## EXERCISE INSTRUCTIONS
Check each line of the material below for "schodiště", then copy the ones that contain it.

◆ ◆ ◆ ◆ ◆ ◆ ◆

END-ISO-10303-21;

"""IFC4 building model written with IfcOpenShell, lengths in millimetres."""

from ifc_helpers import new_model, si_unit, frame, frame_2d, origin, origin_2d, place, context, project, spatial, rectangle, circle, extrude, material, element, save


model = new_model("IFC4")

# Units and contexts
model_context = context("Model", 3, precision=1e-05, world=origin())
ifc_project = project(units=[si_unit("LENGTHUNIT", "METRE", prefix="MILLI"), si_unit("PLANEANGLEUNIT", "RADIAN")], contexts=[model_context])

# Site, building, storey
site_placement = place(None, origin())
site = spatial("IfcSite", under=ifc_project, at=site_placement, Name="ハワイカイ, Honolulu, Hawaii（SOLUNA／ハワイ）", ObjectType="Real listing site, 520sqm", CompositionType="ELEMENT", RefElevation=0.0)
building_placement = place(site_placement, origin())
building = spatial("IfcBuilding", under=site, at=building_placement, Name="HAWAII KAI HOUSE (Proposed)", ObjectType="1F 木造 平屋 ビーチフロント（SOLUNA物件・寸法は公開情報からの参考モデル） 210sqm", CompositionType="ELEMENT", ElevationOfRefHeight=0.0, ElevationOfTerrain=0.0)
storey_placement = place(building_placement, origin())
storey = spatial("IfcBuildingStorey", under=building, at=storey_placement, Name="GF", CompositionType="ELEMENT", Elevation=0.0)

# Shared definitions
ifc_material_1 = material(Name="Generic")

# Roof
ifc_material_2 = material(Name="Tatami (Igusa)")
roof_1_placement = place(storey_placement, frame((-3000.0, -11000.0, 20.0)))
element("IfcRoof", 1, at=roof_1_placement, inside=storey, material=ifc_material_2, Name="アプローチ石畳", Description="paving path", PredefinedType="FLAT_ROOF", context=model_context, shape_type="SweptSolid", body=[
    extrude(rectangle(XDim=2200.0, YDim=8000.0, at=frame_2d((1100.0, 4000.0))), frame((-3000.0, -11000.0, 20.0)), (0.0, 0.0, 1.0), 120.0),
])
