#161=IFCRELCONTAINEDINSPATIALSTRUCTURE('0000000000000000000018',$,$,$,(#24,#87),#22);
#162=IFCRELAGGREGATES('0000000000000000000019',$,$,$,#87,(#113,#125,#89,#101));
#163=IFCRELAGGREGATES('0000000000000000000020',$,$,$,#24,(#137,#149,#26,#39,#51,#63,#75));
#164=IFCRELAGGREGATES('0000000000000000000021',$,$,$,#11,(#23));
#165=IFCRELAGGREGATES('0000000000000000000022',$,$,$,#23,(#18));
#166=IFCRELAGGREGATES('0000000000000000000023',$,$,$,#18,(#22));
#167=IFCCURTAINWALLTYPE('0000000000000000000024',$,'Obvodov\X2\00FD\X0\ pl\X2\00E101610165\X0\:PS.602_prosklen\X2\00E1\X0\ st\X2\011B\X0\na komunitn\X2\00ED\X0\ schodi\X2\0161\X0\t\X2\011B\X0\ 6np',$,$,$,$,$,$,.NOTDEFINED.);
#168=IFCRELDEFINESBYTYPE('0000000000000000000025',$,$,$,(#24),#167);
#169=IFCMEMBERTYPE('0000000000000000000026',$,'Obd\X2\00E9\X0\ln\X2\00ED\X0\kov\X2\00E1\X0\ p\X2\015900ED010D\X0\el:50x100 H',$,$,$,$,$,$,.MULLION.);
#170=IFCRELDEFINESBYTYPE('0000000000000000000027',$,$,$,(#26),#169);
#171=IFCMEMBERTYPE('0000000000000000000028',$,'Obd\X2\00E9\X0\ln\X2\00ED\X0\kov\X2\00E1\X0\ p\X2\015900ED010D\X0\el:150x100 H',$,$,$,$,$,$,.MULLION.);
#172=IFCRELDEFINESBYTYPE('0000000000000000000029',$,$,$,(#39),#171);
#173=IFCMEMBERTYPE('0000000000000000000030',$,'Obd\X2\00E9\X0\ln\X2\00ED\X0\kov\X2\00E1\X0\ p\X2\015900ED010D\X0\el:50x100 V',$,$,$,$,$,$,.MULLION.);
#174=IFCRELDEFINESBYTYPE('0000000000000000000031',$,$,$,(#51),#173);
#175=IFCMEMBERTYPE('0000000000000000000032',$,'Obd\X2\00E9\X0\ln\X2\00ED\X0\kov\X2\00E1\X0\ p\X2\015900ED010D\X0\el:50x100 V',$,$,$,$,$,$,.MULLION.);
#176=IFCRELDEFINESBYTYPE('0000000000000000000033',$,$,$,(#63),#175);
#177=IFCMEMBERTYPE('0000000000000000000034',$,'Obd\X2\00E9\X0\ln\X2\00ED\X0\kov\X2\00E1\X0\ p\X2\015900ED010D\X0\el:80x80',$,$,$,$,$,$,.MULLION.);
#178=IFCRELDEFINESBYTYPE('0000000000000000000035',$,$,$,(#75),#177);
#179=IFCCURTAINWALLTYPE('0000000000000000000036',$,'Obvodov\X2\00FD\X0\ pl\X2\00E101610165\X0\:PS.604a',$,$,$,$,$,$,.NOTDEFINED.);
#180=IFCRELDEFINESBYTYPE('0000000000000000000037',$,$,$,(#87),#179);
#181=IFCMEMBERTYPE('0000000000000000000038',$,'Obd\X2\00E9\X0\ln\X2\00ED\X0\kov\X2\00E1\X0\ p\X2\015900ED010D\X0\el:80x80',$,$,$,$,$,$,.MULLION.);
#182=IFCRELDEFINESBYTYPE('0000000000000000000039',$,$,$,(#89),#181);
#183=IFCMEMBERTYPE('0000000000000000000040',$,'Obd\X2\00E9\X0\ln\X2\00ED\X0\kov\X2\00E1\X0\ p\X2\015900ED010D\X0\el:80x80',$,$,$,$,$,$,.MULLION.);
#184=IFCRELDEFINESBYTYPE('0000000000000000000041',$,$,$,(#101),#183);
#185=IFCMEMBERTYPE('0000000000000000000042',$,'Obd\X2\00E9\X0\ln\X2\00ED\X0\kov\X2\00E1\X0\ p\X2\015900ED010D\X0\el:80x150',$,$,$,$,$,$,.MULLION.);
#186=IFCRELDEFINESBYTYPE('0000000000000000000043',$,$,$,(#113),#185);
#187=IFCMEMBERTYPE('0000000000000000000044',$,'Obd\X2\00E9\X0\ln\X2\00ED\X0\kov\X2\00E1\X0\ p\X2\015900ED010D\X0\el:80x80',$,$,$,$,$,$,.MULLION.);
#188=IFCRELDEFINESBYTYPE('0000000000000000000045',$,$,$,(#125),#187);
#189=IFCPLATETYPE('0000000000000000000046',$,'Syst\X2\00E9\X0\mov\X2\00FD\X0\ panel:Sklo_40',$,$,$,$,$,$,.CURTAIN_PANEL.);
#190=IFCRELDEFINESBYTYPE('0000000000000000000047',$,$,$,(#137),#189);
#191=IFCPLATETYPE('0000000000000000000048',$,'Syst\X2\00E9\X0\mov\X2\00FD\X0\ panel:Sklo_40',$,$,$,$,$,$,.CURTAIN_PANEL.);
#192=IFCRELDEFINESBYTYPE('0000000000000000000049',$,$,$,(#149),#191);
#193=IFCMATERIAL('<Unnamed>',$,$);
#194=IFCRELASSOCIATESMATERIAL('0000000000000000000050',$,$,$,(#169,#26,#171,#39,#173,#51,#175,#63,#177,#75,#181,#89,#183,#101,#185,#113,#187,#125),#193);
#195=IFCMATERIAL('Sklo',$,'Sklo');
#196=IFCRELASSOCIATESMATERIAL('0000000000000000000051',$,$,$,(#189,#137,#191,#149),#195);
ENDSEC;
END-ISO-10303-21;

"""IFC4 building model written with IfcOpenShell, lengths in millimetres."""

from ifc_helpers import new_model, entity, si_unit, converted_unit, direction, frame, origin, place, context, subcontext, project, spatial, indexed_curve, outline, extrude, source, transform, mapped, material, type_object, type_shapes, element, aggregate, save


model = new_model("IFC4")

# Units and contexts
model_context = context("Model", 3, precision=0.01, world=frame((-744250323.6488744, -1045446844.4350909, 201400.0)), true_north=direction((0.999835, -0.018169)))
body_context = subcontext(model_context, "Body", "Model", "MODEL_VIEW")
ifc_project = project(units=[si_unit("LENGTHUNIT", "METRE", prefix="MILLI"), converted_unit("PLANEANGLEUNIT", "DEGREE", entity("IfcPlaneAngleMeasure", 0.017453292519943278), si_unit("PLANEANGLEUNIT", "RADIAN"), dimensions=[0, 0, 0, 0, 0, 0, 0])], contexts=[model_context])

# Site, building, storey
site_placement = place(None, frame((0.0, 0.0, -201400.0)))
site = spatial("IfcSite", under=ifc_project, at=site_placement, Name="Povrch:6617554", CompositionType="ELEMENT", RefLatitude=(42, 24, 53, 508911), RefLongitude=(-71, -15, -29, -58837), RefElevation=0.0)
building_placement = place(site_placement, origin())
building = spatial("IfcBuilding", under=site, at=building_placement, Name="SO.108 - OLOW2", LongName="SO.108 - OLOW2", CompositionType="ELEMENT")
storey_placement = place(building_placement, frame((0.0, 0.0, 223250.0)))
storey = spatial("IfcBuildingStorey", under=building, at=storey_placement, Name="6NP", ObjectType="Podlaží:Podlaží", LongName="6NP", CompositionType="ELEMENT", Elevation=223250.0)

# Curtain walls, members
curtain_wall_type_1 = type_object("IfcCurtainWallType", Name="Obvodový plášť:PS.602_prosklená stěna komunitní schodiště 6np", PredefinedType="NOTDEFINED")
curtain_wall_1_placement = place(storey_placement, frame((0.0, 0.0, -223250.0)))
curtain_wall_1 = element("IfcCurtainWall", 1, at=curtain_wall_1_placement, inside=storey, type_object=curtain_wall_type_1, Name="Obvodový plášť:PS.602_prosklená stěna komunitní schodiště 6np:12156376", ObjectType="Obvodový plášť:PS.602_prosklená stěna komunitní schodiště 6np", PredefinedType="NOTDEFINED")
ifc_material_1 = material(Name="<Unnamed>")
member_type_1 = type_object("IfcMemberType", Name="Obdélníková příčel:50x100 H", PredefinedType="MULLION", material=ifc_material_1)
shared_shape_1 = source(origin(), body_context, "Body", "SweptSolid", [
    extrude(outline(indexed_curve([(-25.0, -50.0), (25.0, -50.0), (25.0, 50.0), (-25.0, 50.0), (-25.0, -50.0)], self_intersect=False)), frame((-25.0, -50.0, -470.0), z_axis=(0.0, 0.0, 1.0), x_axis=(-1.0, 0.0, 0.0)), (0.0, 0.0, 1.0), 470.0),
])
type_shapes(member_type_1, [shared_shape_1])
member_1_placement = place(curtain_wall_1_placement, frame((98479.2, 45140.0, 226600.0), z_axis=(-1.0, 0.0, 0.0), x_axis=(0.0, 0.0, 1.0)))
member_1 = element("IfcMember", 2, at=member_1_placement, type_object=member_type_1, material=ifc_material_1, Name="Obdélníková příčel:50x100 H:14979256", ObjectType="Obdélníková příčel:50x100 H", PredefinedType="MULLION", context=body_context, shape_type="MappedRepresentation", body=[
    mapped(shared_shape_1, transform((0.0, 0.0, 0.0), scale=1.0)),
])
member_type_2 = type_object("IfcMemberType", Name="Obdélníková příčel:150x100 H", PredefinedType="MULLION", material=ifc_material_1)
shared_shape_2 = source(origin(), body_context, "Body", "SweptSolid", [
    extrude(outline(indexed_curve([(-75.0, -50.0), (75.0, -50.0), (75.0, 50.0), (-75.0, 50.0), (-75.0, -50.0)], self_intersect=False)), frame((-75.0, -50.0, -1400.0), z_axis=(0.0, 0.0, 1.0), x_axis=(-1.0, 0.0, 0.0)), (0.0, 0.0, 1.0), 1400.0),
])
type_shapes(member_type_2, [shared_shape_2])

◆ ◆ ◆ ◆ ◆ ◆ ◆

## WRITTEN ANSWER
curtain_wall_type_1 = type_object("IfcCurtainWallType", Name="Obvodový plášť:PS.602_prosklená stěna komunitní schodiště 6np", PredefinedType="NOTDEFINED")
curtain_wall_1 = element("IfcCurtainWall", 1, at=curtain_wall_1_placement, inside=storey, type_object=curtain_wall_type_1, Name="Obvodový plášť:PS.602_prosklená stěna komunitní schodiště 6np:12156376", ObjectType="Obvodový plášť:PS.602_prosklená stěna komunitní schodiště 6np", PredefinedType="NOTDEFINED")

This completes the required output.